Exactness is required throughout. Return every record once more.

(DATASET CONTENT)

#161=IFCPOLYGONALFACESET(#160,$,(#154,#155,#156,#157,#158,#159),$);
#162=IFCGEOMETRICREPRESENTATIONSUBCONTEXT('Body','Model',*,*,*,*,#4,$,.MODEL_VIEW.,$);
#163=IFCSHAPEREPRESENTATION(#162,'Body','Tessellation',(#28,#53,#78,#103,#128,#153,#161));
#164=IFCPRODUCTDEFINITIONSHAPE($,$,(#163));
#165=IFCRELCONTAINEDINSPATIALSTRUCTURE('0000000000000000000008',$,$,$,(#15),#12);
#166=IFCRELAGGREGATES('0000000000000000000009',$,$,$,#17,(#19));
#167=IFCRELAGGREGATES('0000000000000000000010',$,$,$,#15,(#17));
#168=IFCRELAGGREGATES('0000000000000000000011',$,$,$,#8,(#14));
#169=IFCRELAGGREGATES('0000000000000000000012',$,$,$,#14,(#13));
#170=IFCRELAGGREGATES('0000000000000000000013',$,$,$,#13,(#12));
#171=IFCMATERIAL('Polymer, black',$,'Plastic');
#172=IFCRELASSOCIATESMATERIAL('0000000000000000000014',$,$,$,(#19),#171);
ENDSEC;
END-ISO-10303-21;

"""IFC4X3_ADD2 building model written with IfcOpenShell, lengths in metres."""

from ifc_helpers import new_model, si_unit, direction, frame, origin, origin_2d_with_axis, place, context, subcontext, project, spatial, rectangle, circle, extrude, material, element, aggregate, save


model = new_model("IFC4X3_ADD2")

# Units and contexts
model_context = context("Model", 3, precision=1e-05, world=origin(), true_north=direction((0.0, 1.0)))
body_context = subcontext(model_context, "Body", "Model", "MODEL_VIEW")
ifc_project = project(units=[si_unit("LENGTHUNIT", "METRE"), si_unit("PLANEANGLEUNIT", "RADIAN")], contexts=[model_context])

(End DATASET CONTENT)

# EXERCISE RESULT:
#161=IFCPOLYGONALFACESET(#160,$,(#154,#155,#156,#157,#158,#159),$);
#162=IFCGEOMETRICREPRESENTATIONSUBCONTEXT('Body','Model',*,*,*,*,#4,$,.MODEL_VIEW.,$);
#163=IFCSHAPEREPRESENTATION(#162,'Body','Tessellation',(#28,#53,#78,#103,#128,#153,#161));
#164=IFCPRODUCTDEFINITIONSHAPE($,$,(#163));
#165=IFCRELCONTAINEDINSPATIALSTRUCTURE('0000000000000000000008',$,$,$,(#15),#12);
#166=IFCRELAGGREGATES('0000000000000000000009',$,$,$,#17,(#19));
#167=IFCRELAGGREGATES('0000000000000000000010',$,$,$,#15,(#17));
#168=IFCRELAGGREGATES('0000000000000000000011',$,$,$,#8,(#14));
#169=IFCRELAGGREGATES('0000000000000000000012',$,$,$,#14,(#13));
#170=IFCRELAGGREGATES('0000000000000000000013',$,$,$,#13,(#12));
#171=IFCMATERIAL('Polymer, black',$,'Plastic');
#172=IFCRELASSOCIATESMATERIAL('0000000000000000000014',$,$,$,(#19),#171);
ENDSEC;
END-ISO-10303-21;

"""IFC4X3_ADD2 building model written with IfcOpenShell, lengths in metres."""

from ifc_helpers import new_model, si_unit, direction, frame, origin, origin_2d_with_axis, place, context, subcontext, project, spatial, rectangle, circle, extrude, material, element, aggregate, save


model = new_model("IFC4X3_ADD2")

# Units and contexts
model_context = context("Model", 3, precision=1e-05, world=origin(), true_north=direction((0.0, 1.0)))
body_context = subcontext(model_context, "Body", "Model", "MODEL_VIEW")
ifc_project = project(units=[si_unit("LENGTHUNIT", "METRE"), si_unit("PLANEANGLEUNIT", "RADIAN")], contexts=[model_context])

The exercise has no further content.